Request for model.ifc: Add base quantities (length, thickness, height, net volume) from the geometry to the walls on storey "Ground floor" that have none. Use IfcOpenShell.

First a look at what the model holds.

```python
import ifcopenshell
import ifcopenshell.util.element
import ifcopenshell.util.unit

model = ifcopenshell.open("model.ifc")
print(model.schema)
for unit_type in ("LENGTHUNIT", "AREAUNIT", "VOLUMEUNIT"):
    print(unit_type, ifcopenshell.util.unit.calculate_unit_scale(model, unit_type))
storey = next(s for s in model.by_type("IfcBuildingStorey") if s.Name == "Ground floor")
walls = [e for e in ifcopenshell.util.element.get_decomposition(storey) if e.is_a("IfcWall")]
for e in sorted(walls, key=lambda e: e.id()):
    print(e.id(), e.is_a(), e.Name, list(ifcopenshell.util.element.get_psets(e, qtos_only=True)), sep=" | ")
```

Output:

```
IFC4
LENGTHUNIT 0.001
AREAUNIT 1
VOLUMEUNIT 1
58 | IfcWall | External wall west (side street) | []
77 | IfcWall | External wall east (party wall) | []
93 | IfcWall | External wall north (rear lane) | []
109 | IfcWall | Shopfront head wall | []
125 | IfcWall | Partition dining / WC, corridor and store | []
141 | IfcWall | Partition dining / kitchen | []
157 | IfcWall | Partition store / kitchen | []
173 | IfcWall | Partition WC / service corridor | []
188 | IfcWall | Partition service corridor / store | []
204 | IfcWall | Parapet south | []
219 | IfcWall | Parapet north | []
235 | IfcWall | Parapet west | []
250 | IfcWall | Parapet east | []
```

```python
import ifcopenshell
import ifcopenshell.api.pset
import ifcopenshell.geom
import ifcopenshell.util.element
import ifcopenshell.util.shape
import ifcopenshell.util.unit

model = ifcopenshell.open("model.ifc")
unit_scale = ifcopenshell.util.unit.calculate_unit_scale(model)
volume_scale = ifcopenshell.util.unit.calculate_unit_scale(model, "VOLUMEUNIT")
settings = ifcopenshell.geom.settings()

storey = next(s for s in model.by_type("IfcBuildingStorey") if s.Name == "Ground floor")
walls = [e for e in ifcopenshell.util.element.get_decomposition(storey) if e.is_a("IfcWall")]

for e in sorted(walls, key=lambda e: e.id()):
    if ifcopenshell.util.element.get_psets(e, qtos_only=True, should_inherit=False):
        continue
    # Geometry comes back in metres, in the element's own axes.
    shape = ifcopenshell.geom.create_shape(settings, e)
    values = {
        "Length": ifcopenshell.util.shape.get_x(shape.geometry) / unit_scale,
        "Width": ifcopenshell.util.shape.get_y(shape.geometry) / unit_scale,
        "Height": ifcopenshell.util.shape.get_z(shape.geometry) / unit_scale,
        "NetVolume": ifcopenshell.util.shape.get_volume(shape.geometry) / volume_scale,
    }
    qto = ifcopenshell.api.pset.add_qto(model, product=e, name="Qto_WallBaseQuantities")
    ifcopenshell.api.pset.edit_qto(model, qto=qto, properties=values)
    print(e.id(), {k: round(v, 3) for k, v in values.items()})

model.write("model-out.ifc")
```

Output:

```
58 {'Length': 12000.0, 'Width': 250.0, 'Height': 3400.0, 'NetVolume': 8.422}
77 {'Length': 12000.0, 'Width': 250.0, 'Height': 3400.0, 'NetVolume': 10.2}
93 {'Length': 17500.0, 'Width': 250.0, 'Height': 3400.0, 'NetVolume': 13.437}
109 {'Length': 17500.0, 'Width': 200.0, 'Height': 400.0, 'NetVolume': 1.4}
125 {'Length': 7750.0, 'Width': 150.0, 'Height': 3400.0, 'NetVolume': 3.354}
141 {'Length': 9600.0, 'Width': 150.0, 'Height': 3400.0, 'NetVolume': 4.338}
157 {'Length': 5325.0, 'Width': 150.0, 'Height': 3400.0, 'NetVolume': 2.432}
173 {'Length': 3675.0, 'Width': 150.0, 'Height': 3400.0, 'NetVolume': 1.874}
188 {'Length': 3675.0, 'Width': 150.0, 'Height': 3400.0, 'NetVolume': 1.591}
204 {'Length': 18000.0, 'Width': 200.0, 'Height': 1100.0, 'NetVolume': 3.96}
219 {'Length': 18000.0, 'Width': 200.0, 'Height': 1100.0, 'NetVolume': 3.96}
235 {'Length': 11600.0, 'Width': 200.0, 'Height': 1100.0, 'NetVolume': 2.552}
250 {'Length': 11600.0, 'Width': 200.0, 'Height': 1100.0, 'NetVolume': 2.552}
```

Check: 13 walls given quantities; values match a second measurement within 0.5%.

* * *

WHAT THE TASK REQUIRES =>
Go through the entries and copy every line that has "dining".

EXERCISE OUTPUT =>
125 | IfcWall | Partition dining / WC, corridor and store | []
141 | IfcWall | Partition dining / kitchen | []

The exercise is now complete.